Exercise details:
Where a line holds the word "SweptSolid", copy it from the records.

____ Data provided

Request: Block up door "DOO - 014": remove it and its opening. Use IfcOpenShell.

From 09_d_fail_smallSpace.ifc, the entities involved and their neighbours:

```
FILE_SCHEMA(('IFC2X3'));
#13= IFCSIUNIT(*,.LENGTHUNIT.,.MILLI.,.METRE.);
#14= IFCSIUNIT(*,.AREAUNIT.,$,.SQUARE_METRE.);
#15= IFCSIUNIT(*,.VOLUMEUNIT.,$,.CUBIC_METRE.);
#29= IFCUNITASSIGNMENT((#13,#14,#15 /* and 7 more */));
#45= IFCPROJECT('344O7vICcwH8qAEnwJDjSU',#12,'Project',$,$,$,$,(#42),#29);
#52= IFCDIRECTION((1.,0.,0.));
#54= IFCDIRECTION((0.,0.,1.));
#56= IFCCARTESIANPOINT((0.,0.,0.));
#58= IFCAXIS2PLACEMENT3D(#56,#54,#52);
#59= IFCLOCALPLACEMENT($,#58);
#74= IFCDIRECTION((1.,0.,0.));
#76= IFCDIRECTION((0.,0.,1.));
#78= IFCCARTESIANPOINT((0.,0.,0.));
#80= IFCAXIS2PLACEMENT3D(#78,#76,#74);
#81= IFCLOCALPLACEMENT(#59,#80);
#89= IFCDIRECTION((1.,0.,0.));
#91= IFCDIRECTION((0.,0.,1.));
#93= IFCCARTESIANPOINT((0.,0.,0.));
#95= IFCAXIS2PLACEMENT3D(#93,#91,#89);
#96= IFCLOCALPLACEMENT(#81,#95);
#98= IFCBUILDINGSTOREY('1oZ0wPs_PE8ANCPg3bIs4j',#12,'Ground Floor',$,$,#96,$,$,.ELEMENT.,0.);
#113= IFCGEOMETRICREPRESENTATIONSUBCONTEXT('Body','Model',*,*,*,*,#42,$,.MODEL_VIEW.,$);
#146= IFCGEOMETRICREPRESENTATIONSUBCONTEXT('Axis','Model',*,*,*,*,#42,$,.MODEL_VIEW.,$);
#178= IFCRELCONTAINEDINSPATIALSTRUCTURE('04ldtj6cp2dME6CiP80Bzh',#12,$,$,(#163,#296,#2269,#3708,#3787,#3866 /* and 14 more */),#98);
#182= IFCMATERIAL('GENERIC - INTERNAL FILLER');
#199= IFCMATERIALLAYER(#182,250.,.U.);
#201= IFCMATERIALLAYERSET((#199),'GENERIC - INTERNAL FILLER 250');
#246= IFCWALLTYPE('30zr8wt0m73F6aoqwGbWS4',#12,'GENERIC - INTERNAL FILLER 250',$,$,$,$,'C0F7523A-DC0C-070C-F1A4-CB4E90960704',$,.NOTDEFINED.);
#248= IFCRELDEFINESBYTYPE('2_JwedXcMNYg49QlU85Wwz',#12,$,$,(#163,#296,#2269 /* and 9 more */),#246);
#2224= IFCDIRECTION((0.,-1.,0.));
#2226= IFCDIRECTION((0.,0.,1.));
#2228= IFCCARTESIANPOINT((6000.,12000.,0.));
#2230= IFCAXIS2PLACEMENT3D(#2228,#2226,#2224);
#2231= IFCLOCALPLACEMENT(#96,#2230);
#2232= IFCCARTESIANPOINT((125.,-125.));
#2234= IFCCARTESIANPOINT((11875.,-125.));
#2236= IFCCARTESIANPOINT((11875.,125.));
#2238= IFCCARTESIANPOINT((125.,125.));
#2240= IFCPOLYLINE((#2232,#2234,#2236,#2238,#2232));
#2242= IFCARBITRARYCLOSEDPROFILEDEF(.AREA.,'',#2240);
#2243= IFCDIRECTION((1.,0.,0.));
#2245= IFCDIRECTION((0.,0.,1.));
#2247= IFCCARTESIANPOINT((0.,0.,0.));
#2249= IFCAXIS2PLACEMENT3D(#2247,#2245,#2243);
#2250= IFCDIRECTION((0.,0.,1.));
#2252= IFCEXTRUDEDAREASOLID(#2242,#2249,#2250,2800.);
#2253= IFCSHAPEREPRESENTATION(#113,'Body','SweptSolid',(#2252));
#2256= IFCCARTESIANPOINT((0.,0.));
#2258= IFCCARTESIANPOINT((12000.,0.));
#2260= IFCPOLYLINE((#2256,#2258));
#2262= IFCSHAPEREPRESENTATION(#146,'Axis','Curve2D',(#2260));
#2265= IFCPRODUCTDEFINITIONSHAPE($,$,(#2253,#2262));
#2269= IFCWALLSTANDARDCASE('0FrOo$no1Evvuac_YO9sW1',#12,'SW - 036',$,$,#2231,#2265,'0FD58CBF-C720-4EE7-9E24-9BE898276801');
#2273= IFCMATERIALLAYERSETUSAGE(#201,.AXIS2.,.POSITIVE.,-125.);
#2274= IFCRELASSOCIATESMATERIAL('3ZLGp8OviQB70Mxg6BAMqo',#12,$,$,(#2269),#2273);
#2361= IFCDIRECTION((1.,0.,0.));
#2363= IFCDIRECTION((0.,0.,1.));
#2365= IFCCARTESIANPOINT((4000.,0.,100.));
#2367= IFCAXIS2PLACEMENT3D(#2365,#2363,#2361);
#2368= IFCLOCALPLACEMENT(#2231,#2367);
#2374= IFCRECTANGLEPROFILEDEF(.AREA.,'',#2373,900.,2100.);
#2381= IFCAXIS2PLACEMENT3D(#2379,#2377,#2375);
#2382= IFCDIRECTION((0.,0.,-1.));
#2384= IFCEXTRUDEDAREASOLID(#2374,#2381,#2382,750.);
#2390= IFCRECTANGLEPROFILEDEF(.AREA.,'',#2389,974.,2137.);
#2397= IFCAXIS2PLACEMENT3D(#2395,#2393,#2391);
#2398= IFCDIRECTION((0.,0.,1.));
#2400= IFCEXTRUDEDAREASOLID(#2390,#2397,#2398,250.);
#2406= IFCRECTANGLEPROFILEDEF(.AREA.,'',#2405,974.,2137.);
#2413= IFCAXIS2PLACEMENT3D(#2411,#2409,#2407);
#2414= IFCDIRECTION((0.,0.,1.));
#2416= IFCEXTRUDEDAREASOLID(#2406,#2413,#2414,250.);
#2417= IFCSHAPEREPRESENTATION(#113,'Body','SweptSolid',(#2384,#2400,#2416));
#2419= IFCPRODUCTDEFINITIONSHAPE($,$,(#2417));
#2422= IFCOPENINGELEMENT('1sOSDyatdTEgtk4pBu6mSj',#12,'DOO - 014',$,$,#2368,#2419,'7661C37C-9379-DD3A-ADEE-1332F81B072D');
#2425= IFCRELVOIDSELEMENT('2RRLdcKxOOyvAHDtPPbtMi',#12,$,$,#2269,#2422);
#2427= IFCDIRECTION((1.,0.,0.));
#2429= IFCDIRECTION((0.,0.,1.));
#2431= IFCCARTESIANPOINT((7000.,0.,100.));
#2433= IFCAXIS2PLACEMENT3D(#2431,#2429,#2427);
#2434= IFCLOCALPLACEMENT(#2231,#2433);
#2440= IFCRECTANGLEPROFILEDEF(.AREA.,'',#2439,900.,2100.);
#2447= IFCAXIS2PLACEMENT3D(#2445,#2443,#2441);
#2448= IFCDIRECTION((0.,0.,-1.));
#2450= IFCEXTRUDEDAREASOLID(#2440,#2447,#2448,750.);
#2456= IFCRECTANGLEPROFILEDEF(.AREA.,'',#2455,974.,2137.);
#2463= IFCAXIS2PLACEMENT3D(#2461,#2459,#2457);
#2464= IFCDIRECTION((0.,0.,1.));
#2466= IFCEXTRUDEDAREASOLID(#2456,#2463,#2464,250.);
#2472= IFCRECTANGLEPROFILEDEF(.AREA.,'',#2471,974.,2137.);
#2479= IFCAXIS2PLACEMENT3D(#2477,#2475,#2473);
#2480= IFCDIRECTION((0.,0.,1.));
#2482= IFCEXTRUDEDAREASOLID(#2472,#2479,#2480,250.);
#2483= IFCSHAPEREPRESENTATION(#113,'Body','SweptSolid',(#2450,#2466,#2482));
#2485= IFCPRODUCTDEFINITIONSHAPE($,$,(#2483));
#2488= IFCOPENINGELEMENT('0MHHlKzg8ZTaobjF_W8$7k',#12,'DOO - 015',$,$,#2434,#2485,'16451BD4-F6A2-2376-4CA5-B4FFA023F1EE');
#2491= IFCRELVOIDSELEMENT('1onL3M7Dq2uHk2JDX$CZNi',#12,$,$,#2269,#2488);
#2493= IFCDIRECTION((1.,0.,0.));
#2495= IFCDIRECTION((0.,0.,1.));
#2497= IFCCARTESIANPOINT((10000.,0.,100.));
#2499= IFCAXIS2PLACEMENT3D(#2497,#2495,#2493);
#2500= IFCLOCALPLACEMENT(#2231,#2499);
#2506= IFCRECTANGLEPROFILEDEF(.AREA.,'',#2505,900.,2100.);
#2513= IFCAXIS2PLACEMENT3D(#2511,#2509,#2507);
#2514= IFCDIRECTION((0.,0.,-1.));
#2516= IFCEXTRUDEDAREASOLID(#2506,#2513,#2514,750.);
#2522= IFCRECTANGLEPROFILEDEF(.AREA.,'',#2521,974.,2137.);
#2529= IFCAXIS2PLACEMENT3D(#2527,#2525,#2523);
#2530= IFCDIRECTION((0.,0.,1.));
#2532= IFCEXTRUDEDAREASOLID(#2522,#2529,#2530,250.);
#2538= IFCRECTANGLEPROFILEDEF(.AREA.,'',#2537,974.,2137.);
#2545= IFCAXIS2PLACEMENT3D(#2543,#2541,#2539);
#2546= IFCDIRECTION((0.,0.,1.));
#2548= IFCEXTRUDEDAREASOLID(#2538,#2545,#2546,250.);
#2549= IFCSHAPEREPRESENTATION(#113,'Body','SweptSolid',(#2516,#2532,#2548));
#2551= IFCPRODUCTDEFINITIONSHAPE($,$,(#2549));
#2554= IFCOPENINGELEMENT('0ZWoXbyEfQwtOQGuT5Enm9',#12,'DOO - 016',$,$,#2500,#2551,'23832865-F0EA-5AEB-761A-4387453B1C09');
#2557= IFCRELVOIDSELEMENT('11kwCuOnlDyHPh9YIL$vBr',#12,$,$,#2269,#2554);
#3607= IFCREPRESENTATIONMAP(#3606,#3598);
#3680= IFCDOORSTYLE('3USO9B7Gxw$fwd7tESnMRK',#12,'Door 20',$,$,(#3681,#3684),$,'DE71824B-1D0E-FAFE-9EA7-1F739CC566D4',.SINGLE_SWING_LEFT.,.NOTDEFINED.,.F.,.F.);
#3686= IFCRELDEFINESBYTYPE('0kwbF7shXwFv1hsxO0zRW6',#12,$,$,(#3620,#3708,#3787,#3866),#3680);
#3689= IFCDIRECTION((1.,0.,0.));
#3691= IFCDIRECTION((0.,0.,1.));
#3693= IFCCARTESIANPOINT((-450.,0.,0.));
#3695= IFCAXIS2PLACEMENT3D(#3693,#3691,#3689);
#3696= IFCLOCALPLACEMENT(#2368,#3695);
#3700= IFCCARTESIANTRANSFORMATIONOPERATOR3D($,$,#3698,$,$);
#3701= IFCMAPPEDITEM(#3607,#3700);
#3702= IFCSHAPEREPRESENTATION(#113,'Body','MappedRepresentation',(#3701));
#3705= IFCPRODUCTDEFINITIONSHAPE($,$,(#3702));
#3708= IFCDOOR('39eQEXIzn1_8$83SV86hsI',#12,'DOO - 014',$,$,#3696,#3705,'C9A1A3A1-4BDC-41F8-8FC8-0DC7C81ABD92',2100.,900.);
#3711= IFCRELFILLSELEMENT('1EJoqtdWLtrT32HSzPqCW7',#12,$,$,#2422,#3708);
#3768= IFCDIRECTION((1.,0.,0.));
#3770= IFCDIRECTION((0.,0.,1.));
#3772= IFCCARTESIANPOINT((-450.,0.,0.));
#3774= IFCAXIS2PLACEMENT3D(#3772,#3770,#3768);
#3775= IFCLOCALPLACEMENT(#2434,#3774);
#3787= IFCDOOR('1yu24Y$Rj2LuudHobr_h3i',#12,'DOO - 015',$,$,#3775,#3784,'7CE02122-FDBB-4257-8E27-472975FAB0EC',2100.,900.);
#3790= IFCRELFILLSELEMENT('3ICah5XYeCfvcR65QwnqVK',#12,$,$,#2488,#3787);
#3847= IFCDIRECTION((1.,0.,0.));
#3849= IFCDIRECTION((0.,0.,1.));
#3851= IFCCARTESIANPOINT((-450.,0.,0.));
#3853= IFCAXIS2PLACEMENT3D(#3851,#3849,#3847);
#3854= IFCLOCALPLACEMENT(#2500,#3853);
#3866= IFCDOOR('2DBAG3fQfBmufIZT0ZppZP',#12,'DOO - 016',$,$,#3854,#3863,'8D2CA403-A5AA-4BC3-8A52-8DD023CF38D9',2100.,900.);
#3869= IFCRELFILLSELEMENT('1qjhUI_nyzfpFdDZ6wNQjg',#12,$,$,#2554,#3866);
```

```python
import ifcopenshell
import ifcopenshell.api.feature
import ifcopenshell.api.root
import ifcopenshell.geom
import ifcopenshell.util.shape

model = ifcopenshell.open("09_d_fail_smallSpace.ifc")
settings = ifcopenshell.geom.settings()


def volume(element):
    """Net volume in cubic metres, openings subtracted."""
    shape = ifcopenshell.geom.create_shape(settings, element)
    return ifcopenshell.util.shape.get_volume(shape.geometry)


door = model.by_guid("39eQEXIzn1_8$83SV86hsI")
opening = door.FillsVoids[0].RelatingOpeningElement
wall = opening.VoidsElements[0].RelatingBuildingElement
before = volume(wall)

ifcopenshell.api.root.remove_product(model, product=door)
ifcopenshell.api.feature.remove_feature(model, feature=opening)

after = volume(wall)

print(f"wall volume {before:.3f} -> {after:.3f} m3")

model.write("09_d_fail_smallSpace_rev.ifc")
```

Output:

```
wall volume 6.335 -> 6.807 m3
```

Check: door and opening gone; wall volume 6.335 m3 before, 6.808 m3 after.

________

Expected output:
#2253= IFCSHAPEREPRESENTATION(#113,'Body','SweptSolid',(#2252));
#2417= IFCSHAPEREPRESENTATION(#113,'Body','SweptSolid',(#2384,#2400,#2416));
#2483= IFCSHAPEREPRESENTATION(#113,'Body','SweptSolid',(#2450,#2466,#2482));
#2549= IFCSHAPEREPRESENTATION(#113,'Body','SweptSolid',(#2516,#2532,#2548));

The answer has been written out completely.